Ehrlichkeit vor Zahlenakrobatik
Zikeli setzt auf Beziehung statt Bürokratie: Vertrauen wächst durch greifbare, echte Geschichten – nicht durch Zettelberge. Der Verein fährt seit Jahren gut damit, egal ob im heimischen Jugendzentrum oder in Klassenzimmern anderswo. Entscheidend ist das Gefühl, am Ergebnis teilhaben zu dürfen, statt nur gesichtslose Daten zu sehen.

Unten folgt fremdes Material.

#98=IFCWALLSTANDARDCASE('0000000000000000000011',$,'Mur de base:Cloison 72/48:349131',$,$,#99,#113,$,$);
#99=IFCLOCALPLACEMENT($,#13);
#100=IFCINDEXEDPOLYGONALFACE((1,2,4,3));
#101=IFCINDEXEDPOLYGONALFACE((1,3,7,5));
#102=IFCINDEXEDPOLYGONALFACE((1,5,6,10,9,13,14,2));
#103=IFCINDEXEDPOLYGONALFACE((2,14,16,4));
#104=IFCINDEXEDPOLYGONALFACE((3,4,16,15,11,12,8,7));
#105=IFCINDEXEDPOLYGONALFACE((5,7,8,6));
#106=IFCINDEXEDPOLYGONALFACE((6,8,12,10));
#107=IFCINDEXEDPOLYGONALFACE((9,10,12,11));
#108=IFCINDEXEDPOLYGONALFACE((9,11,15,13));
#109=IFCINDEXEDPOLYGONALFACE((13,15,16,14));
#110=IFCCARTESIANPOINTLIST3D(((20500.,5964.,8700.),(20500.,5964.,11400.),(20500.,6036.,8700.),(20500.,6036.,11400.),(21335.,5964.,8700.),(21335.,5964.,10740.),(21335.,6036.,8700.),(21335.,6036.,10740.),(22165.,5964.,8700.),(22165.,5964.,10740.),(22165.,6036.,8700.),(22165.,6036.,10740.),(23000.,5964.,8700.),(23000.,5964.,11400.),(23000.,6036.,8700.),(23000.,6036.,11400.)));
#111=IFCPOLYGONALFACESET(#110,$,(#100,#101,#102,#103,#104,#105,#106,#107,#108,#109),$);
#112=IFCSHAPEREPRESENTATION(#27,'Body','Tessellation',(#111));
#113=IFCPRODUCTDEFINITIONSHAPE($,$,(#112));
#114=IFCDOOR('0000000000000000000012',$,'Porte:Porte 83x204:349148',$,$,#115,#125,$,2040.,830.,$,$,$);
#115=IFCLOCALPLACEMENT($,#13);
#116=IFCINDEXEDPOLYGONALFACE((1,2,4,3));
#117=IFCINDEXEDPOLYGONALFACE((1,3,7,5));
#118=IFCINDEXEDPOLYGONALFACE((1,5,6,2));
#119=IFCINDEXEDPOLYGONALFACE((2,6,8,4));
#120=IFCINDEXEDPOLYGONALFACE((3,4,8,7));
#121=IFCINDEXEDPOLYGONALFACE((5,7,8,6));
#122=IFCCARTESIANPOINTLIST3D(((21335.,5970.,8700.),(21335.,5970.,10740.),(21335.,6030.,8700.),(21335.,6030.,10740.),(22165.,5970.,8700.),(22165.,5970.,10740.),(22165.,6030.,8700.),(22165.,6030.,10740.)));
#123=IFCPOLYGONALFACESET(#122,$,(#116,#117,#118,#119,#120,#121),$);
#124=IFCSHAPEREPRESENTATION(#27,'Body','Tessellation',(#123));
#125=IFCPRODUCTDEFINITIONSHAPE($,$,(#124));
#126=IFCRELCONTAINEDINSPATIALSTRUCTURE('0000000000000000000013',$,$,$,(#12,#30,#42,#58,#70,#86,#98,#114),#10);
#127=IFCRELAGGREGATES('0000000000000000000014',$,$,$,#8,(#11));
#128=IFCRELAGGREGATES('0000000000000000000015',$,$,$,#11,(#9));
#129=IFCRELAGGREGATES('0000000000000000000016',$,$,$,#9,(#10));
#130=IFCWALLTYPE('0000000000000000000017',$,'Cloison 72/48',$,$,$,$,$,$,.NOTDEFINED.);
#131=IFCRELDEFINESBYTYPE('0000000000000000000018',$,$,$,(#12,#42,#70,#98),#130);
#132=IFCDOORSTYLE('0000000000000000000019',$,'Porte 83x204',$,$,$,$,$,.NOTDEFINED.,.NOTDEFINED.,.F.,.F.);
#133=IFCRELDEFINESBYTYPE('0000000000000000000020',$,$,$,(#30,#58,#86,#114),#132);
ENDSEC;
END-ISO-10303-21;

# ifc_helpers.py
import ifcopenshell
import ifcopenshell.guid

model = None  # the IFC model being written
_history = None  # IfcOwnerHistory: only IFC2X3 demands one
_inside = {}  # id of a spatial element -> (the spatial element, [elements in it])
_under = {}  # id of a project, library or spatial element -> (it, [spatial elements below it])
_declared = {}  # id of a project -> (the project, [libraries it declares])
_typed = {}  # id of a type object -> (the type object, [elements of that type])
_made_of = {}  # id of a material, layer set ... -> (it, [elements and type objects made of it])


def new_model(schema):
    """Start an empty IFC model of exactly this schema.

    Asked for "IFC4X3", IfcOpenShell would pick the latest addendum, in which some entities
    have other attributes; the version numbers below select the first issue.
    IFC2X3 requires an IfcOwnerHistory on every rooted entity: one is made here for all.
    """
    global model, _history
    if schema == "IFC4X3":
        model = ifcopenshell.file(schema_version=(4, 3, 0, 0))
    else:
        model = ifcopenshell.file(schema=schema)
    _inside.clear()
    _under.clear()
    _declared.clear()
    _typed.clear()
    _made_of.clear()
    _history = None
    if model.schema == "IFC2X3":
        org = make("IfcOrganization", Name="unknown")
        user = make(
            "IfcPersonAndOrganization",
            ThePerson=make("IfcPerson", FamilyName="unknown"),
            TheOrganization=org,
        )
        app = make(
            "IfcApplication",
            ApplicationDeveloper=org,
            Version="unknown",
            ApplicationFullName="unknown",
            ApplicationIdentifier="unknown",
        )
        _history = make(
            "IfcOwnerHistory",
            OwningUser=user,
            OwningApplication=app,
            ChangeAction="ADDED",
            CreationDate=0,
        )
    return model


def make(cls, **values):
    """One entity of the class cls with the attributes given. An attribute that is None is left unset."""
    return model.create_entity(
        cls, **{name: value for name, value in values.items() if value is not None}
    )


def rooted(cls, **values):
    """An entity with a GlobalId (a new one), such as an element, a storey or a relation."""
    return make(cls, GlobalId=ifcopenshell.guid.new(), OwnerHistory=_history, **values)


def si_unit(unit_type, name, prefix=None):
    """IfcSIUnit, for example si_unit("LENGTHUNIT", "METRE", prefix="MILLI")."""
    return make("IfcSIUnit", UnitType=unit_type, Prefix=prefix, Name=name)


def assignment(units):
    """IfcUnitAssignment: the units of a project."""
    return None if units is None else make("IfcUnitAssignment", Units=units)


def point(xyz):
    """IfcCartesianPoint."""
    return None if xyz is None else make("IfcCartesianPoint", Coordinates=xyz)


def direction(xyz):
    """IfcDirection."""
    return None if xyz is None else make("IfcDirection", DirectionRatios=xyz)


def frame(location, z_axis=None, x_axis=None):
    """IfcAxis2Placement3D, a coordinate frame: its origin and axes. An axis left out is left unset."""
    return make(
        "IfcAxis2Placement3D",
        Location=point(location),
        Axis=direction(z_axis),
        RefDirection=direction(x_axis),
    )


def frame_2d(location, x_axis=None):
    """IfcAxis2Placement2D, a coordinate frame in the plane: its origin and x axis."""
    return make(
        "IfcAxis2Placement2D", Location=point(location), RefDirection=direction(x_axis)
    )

Transparenz, die das Projekt überlebt
Komplett auf Offenheit zu verzichten, geht natürlich auch nicht. Die Lösung? Eine Offenlegung nach dem Prinzip „so verständlich wie nötig, so aufwändig wie möglich vermeiden“. Am Ende zählt, dass Projekte laufen – und die Tür zur Nachvollziehbarkeit offen bleibt, ohne dass die Organisation im Verwaltungsaufwand erstickt.
Info zu Michael Zikeli und Kontakt
Michael Zikeli ist Gründer von Creative Impact e. V., einem gemeinnützigen Träger, der junge Menschen über Sport, Kunst und Bildung groß denkt. Der Verein realisiert Projekte von Mitmach-Aktionen in Deutschland bis zu Förderinitiativen in internationalen Brennpunkten. Alles weitere, inklusive Kontakt und Projektüberblick: creativeimpact-npo.com
Pressekontakt: Team@creativeimpact-npo.com, Tel. 08543/8673710 | DCF Verlag, Ruben Schäfer: redaktion@dcfverlag.de
Originalquelle: Creative Impact e. V. (news aktuell)
Der Artikel nimmt die Zwickmühle gemeinnütziger Organisationen unter die Lupe, die einerseits Transparenz bieten sollen, andererseits jedoch Gefahr laufen, in bürokratischem Aufwand zu versinken. Kritisch wird beleuchtet, wie kleine Vereine pragmatische, verständliche Offenheit leben können, um Vertrauen zu erhalten, ohne dabei ihre Ressourcen zu verschwenden. Statt endloser Berichte setzt das Beispiel von Creative Impact e. V. auf anschauliche, direkte Projekt-Updates und Nähe zu Spendern. Aktuell zeigen zahlreiche Berichte, dass das Thema Spendenbereitschaft stark unter dem Einfluss von Skandalen, wie etwa um UNICEF oder andere große Hilfswerke, steht–die Folge: Der Ruf nach Transparenz wird lauter, aber auch komplexer zu beantworten. Laut DW und der taz wächst das Misstrauen, wenn Vereine zu ‚anonym‘ agieren, weshalb gerade authentische Einblicke und schnelle Rückmeldungen heute als Schlüssel zur Bindung der Spender gelten. Nach einer Untersuchung der ZEIT nehmen Organisationen, die eher Geschichten als Zahlen erzählen, eine positivere Entwicklung bei Spendeneinnahmen wahr. Zusätzlich suggerieren neue Guidelines (wie die DZI-Spendensiegel-Standards), dass nicht das Ausmaß, sondern die Verständlichkeit der Offenlegung zählt. Insgesamt wird der Balanceakt zwischen Offenheit und Arbeitsfähigkeit für kleinere NGOs in den letzten Medienberichten als entscheidender Wettbewerbsfaktor angesehen.